How do I link two tables, People
and Messages
, when there is no single column in the Messages
table that corresponds to the primary key of the People
table?
I have two tables: one containing email messages called Messages
and one of people called People
.
People
| person_id | email_address |
| -------- | ---------------- |
| 001 | `billy@gmail.com` |
| 002 | `bobby@gmail.com` |
| 003 | `gregg@gmail.com` |
| 004 | `janet@gmail.com` |
| 005 | `boss1@gmail.com` |
Messages
| msg_id | from_addr | to_addr | cc_addr | bcc_addr |
| ------ | ----------------- | ------------------------------------ | ----------------- | ----------- |
| 001 | `billy@gmail.com` | `gregg@gmail.com`, `david@gmail.com` | `boss1@gmail.com` | NULL |
| 002 | `bobby@gmail.com` | `gregg@gmail.com` | NULL | NULL |
| 003 | `janet@gmail.com` | `boss1@gmail.com` | `bobby@gmail.com` | `gregg@gmail.com` |
I will be programmatically passed a person_id
(say 005
for boss1@gmail.com
) and want to be able to query the Messages
dataset to get all "involved" emails--where a boss1@gmail.com
was sent, received, was cc'd or bcc'd in the email message. So with the dataset above, the query ought to return the rows with msg_id
001
and 003
.
I don't know to map the relation between the People
and Messages
tables.
Say the primary key of of the People
table is person_id
. There is no single column that I can link that to in the Messages
table to act as a foreign key.
I cannot determine how to represent this data correctly.
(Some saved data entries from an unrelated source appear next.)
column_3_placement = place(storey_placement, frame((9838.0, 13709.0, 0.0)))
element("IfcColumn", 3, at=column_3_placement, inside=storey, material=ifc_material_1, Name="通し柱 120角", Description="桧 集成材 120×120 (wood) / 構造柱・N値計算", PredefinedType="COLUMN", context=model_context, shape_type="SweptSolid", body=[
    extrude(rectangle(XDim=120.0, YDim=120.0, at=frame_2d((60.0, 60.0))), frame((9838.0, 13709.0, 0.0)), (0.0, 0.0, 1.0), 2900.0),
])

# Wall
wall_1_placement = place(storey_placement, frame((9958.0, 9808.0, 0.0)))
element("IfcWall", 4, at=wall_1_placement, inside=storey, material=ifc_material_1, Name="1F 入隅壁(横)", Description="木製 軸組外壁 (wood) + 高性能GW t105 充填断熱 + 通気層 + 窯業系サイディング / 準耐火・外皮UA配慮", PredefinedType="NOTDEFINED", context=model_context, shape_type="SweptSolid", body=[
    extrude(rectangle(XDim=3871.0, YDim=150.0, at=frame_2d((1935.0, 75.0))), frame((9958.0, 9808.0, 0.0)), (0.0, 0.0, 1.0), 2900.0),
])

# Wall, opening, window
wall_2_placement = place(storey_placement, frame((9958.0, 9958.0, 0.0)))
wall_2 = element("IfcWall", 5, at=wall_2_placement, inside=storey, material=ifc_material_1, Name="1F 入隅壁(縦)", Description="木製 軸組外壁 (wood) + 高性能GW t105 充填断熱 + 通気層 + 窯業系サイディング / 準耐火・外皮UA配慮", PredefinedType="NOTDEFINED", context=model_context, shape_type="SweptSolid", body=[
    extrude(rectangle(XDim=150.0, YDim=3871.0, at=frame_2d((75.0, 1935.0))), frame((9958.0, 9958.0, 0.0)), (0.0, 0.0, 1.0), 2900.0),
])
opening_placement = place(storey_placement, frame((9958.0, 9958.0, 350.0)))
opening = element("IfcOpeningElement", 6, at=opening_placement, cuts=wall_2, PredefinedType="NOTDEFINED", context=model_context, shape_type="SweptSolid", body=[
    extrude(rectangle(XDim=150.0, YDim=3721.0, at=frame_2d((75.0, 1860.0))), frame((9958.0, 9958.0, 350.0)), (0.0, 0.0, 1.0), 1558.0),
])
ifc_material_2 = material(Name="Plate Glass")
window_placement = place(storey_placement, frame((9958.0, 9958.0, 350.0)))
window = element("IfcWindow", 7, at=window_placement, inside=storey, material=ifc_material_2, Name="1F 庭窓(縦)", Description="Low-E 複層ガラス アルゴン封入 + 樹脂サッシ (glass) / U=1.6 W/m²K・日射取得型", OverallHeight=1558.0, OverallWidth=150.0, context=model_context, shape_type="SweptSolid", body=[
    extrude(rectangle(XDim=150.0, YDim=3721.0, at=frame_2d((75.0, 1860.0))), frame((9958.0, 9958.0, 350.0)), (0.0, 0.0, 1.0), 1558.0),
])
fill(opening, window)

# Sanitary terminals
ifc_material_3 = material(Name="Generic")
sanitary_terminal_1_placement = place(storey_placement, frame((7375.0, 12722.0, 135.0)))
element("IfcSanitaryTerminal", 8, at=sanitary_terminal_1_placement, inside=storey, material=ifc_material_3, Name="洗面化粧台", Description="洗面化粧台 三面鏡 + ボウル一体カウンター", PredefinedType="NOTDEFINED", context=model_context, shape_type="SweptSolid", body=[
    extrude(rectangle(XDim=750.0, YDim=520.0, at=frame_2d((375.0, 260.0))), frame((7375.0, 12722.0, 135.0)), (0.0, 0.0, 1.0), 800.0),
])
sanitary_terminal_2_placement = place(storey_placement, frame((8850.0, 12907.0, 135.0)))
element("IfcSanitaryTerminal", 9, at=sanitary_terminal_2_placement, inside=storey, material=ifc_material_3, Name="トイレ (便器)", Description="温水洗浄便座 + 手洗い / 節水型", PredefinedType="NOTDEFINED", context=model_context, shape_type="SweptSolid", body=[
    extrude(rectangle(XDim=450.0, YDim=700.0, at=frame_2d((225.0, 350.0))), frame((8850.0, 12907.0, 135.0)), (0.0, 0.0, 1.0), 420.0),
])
Am I doing this wrong? What is a better way to represent these two tables with more tables structured differently?
After normalising to FNF the data can be represented as follows.
Messages_FNF
| msg_id | from_addr | to_addr | cc_addr | bcc_addr |
| ------ | ----------------- | ----------------- | ----------------- | ---------------- |
| 001 | `billy@gmail.com` | `gregg@gmail.com` | `boss1@gmail.com` | NULL |
| 001 | `billy@gmail.com` | `david@gmail.com` | `boss1@gmail.com` | NULL |
| 002 | `bobby@gmail.com` | `gregg@gmail.com` | NULL | NULL |
| 003 | `janet@gmail.com` | `boss1@gmail.com` | `bobby@gmail.com` | `gregg@gmail.com` |
However, the primary key (that uniquely identifies each row in the table) for Messages_FNF
would have to be a composite key combining msg_id
, from_addr
, to_addr
, cc_addr
, bcc_addr
.
So how do I link the People
and Messages
tables together using Primary and Foreign keys?
Or must I further normalise or partition these tables such that the People
table and Messages_FNF
have a meaningful matching field - allowing for easy joins? If so, how?
I've read that the cross join lets you join tables that do not have a common field but I worry that it will result in a VERY large table with unnecessary rows and be computationally expensive.
Is linking the tables with a PK->FK the right way of structuring the data in this problem?